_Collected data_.
:::::

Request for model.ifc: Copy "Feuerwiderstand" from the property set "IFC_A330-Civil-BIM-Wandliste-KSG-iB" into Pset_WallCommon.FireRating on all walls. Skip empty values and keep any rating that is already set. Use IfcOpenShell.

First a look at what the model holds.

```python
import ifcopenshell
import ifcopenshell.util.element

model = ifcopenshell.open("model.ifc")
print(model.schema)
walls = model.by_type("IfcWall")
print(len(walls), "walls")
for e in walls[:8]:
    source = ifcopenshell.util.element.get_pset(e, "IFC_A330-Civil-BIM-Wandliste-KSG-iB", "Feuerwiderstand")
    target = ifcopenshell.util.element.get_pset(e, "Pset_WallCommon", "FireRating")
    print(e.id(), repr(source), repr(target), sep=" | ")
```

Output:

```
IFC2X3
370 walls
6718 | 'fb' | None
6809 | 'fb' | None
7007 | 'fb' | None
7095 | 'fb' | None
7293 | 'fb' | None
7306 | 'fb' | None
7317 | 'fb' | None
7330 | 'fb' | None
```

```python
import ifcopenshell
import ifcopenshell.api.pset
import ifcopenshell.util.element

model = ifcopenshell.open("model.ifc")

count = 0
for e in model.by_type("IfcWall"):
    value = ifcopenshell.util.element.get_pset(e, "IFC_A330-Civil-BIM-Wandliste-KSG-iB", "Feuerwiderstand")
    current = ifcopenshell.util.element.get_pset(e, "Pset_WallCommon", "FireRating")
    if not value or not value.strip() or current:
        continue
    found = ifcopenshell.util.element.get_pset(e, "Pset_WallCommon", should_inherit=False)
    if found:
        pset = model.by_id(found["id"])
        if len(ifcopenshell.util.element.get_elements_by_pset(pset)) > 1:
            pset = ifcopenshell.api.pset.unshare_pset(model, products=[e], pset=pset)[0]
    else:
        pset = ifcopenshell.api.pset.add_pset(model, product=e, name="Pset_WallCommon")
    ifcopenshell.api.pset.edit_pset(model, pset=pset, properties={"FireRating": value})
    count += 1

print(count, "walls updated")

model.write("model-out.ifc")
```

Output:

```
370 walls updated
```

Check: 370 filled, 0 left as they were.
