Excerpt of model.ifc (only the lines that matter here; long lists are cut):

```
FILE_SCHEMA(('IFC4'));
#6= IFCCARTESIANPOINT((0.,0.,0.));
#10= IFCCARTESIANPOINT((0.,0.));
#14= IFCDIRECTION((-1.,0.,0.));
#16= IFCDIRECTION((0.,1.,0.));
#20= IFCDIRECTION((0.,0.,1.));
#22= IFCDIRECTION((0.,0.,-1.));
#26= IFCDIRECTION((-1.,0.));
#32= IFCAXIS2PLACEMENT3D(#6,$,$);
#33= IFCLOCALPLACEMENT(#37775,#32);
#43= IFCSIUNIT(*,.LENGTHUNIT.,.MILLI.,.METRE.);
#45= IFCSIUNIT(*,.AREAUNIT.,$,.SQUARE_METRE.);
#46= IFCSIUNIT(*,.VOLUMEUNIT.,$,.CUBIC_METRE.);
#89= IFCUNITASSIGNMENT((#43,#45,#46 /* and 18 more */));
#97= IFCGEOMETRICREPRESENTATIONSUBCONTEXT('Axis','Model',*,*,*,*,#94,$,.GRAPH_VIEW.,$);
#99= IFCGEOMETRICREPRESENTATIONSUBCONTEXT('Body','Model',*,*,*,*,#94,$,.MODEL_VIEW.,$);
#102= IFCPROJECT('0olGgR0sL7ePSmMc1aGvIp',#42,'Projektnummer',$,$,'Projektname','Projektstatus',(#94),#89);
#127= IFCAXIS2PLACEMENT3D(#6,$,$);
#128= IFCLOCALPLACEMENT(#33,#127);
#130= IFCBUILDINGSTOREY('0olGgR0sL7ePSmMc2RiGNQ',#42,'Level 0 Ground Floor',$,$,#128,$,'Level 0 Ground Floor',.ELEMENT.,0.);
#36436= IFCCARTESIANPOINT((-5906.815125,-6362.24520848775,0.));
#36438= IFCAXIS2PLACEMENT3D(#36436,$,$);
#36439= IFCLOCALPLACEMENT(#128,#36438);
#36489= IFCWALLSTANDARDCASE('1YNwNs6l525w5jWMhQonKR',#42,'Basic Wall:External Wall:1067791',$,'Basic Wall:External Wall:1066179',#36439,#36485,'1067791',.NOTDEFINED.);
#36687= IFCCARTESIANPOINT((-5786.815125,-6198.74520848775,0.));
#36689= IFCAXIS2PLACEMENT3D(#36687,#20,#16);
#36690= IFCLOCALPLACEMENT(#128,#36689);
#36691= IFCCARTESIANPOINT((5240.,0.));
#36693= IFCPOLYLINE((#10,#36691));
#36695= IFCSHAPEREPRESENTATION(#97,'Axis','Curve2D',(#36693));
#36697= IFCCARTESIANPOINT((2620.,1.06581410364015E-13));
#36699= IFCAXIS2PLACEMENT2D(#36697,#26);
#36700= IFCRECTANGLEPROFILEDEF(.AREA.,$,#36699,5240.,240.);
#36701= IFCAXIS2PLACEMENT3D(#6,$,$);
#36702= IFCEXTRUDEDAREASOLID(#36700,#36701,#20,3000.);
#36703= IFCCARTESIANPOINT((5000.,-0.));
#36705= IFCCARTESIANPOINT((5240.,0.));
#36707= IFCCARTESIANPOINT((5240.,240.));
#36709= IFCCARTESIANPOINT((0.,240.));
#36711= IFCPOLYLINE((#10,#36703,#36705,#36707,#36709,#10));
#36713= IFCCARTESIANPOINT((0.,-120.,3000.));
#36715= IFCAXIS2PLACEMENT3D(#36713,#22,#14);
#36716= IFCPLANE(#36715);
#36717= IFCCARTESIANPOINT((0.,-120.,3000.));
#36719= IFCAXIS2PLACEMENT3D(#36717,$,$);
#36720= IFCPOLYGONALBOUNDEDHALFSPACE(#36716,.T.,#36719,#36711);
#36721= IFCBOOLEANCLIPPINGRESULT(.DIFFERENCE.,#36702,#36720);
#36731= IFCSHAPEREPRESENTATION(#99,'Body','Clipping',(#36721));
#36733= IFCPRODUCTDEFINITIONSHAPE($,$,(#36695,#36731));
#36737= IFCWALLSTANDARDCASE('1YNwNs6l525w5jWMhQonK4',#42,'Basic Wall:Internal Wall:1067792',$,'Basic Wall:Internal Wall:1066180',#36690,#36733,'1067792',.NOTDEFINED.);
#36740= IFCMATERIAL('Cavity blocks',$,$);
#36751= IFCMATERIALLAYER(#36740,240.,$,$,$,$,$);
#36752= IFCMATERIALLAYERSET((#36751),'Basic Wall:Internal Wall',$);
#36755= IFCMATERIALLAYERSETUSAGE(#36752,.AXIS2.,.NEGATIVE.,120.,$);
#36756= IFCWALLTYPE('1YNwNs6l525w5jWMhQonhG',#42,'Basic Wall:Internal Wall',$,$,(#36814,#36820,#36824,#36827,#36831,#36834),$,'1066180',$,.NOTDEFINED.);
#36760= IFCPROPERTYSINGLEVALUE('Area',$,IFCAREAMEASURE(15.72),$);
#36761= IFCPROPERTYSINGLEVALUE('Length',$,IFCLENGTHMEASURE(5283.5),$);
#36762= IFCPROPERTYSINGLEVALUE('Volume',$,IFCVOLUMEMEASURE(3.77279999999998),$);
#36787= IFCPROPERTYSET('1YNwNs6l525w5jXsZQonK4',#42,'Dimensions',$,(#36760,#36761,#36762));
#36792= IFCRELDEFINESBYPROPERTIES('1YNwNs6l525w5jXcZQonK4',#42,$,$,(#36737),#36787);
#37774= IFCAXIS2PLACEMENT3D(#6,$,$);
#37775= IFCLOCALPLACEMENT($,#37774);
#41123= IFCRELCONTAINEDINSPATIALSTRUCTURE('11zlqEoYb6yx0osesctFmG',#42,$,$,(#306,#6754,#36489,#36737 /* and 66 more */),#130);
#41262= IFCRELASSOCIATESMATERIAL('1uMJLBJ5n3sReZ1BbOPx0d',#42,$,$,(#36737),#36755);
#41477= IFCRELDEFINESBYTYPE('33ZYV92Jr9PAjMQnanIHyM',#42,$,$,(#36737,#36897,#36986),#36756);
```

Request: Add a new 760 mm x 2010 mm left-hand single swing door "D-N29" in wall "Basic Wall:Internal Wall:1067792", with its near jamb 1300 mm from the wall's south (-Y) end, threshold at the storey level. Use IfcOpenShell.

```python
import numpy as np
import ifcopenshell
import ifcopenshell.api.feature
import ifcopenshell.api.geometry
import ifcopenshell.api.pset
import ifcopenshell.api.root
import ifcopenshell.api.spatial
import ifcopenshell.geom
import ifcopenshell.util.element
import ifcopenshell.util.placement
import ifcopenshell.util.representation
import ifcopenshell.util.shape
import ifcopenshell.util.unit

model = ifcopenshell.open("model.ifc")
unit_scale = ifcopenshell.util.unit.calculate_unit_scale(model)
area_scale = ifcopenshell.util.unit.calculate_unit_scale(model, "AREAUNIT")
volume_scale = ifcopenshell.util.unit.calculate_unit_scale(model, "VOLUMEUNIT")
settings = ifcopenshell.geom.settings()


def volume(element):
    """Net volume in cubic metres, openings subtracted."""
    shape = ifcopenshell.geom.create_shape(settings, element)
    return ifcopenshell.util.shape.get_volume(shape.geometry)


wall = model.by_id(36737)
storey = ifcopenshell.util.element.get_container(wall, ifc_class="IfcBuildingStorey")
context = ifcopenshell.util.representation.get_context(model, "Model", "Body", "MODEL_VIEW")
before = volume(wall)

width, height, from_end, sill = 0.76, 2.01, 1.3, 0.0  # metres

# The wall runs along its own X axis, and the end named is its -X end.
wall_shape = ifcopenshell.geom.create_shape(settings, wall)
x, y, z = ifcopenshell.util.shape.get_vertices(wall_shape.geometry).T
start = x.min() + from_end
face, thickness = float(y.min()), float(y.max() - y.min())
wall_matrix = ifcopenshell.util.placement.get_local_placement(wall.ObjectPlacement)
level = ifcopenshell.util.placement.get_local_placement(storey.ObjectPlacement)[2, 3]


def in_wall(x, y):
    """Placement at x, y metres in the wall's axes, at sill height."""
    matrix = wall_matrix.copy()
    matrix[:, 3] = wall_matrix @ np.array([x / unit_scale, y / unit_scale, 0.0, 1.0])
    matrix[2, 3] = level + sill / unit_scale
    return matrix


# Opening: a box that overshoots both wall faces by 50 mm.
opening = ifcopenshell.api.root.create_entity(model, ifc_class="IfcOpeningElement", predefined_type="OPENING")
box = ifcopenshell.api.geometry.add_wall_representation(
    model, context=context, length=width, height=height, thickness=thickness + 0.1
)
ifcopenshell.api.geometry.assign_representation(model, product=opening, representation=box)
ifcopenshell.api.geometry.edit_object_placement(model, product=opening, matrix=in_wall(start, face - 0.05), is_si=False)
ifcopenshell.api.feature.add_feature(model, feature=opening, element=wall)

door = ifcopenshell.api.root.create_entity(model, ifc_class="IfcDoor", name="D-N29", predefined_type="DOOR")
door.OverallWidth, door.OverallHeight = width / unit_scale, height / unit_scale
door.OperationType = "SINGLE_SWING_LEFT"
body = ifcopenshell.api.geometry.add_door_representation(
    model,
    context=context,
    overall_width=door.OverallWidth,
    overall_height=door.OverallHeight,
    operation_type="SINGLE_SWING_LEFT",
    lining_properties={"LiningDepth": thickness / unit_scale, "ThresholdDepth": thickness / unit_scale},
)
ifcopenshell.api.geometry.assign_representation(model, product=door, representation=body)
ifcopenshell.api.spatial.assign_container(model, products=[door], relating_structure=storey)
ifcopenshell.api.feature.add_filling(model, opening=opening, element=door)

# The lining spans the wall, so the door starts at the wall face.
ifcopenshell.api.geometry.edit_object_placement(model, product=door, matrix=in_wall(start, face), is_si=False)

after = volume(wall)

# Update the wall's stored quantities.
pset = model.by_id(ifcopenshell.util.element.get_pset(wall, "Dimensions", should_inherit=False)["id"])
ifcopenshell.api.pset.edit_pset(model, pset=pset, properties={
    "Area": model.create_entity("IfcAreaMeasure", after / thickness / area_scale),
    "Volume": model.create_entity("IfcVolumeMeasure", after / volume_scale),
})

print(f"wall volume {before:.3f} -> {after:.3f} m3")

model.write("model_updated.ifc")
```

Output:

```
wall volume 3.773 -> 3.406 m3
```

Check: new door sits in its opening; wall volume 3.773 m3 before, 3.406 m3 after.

:::::

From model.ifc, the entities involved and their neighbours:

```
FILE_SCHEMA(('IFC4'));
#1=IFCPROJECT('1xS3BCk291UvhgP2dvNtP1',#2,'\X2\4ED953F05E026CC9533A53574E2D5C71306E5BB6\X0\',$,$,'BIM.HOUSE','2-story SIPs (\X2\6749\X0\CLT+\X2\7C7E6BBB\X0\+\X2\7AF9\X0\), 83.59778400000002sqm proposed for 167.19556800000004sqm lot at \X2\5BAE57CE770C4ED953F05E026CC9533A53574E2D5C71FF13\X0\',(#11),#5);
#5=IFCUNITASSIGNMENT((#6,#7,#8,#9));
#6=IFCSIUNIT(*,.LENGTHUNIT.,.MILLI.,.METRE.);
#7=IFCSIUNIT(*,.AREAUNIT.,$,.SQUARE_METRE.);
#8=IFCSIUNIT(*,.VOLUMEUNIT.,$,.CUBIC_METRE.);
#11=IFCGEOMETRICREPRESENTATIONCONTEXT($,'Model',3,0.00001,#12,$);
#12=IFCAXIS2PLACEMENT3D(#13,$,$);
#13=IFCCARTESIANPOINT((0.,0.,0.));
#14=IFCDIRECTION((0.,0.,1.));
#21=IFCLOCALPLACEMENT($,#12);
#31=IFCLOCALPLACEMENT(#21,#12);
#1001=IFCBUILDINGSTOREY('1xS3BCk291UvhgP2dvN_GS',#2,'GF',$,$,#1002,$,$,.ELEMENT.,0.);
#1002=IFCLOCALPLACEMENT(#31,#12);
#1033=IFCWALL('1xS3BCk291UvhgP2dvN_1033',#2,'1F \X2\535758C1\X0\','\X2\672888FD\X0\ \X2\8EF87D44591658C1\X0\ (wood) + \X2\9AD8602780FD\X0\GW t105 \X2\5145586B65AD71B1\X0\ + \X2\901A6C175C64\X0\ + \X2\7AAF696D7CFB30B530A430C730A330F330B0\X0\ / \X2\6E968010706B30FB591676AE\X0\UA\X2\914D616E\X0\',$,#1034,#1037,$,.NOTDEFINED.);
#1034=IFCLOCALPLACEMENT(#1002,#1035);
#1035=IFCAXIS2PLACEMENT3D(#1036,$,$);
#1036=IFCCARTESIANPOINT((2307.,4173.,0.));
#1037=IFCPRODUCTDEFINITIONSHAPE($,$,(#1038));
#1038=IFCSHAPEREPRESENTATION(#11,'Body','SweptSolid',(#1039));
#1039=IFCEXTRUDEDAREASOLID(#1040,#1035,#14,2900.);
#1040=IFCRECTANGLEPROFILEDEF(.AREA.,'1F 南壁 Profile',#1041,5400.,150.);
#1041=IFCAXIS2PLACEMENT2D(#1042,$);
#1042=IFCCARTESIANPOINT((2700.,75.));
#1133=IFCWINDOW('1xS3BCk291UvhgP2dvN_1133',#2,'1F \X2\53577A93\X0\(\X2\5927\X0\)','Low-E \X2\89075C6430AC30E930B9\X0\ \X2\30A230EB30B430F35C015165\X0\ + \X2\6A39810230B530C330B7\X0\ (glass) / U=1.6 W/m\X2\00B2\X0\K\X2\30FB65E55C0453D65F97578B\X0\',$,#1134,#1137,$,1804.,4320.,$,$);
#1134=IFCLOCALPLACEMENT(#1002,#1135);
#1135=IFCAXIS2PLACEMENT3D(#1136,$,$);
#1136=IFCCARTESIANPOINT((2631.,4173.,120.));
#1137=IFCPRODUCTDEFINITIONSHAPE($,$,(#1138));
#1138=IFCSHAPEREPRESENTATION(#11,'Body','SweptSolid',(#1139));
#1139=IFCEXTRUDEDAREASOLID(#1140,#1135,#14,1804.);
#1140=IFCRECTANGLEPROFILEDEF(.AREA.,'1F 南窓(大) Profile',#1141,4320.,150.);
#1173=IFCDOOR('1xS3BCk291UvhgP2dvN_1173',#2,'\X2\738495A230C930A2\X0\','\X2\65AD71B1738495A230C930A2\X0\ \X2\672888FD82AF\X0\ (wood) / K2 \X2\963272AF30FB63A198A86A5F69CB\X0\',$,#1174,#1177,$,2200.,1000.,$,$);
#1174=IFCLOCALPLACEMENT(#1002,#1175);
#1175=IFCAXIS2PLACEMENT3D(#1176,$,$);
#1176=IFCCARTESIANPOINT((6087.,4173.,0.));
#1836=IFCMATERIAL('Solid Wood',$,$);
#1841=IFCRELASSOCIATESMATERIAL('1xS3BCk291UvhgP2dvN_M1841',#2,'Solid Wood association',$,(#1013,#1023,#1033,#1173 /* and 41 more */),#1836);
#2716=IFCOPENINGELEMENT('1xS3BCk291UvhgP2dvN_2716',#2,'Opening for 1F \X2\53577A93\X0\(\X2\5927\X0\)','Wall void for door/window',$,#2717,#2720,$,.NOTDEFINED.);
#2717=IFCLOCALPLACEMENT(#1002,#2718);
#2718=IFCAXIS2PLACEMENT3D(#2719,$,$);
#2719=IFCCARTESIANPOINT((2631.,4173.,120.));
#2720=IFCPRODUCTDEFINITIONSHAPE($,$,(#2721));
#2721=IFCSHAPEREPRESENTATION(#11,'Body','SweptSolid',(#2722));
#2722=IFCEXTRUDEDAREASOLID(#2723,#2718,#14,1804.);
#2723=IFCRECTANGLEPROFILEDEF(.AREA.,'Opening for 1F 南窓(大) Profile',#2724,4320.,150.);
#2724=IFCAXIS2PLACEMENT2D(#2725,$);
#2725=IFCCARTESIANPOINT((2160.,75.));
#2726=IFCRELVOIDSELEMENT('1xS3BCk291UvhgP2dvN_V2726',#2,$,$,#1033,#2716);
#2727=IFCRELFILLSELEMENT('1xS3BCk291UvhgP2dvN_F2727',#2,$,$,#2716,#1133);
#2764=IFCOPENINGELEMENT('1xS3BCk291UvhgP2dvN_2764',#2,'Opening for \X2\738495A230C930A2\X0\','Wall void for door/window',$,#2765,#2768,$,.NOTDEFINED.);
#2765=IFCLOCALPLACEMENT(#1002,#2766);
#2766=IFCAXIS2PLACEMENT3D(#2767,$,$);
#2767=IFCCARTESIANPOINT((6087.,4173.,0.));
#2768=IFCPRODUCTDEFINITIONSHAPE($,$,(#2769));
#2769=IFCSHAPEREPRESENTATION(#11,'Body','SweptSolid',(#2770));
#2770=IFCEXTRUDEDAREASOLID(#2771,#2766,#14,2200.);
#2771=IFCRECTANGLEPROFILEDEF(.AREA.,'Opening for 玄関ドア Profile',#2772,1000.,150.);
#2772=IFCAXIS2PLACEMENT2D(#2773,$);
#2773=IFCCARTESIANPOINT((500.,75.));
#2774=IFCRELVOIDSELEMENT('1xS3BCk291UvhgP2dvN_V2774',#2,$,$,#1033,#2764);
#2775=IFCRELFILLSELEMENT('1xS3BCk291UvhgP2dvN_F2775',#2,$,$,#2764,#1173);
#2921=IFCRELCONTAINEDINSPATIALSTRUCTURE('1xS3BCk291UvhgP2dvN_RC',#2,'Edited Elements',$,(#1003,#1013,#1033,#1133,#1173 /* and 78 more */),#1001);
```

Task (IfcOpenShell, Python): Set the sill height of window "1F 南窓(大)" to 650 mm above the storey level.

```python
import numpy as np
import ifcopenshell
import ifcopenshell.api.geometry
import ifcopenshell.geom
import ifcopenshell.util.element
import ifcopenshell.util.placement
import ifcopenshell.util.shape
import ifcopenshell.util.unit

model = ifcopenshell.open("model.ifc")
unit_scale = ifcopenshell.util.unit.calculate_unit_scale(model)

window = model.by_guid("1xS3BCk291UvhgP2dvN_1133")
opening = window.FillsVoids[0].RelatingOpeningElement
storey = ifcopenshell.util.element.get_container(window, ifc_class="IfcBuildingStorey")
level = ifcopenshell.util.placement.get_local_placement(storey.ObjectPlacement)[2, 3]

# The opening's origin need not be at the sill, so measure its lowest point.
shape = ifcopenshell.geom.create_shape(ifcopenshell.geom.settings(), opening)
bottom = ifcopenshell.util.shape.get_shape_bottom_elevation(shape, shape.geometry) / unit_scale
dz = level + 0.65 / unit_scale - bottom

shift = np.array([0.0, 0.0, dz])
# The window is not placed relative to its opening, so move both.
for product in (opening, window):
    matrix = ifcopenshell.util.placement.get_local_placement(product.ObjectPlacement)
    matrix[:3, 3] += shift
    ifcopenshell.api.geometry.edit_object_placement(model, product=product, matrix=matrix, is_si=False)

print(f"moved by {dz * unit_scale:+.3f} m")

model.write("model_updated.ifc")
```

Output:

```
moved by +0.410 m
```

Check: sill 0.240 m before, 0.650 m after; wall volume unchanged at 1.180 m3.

:::::

Of the records above, copy each line that includes "IFCRELASSOCIATESMATERIAL".

#41262= IFCRELASSOCIATESMATERIAL('1uMJLBJ5n3sReZ1BbOPx0d',#42,$,$,(#36737),#36755);
#1841=IFCRELASSOCIATESMATERIAL('1xS3BCk291UvhgP2dvN_M1841',#2,'Solid Wood association',$,(#1013,#1023,#1033,#1173 /* and 41 more */),#1836);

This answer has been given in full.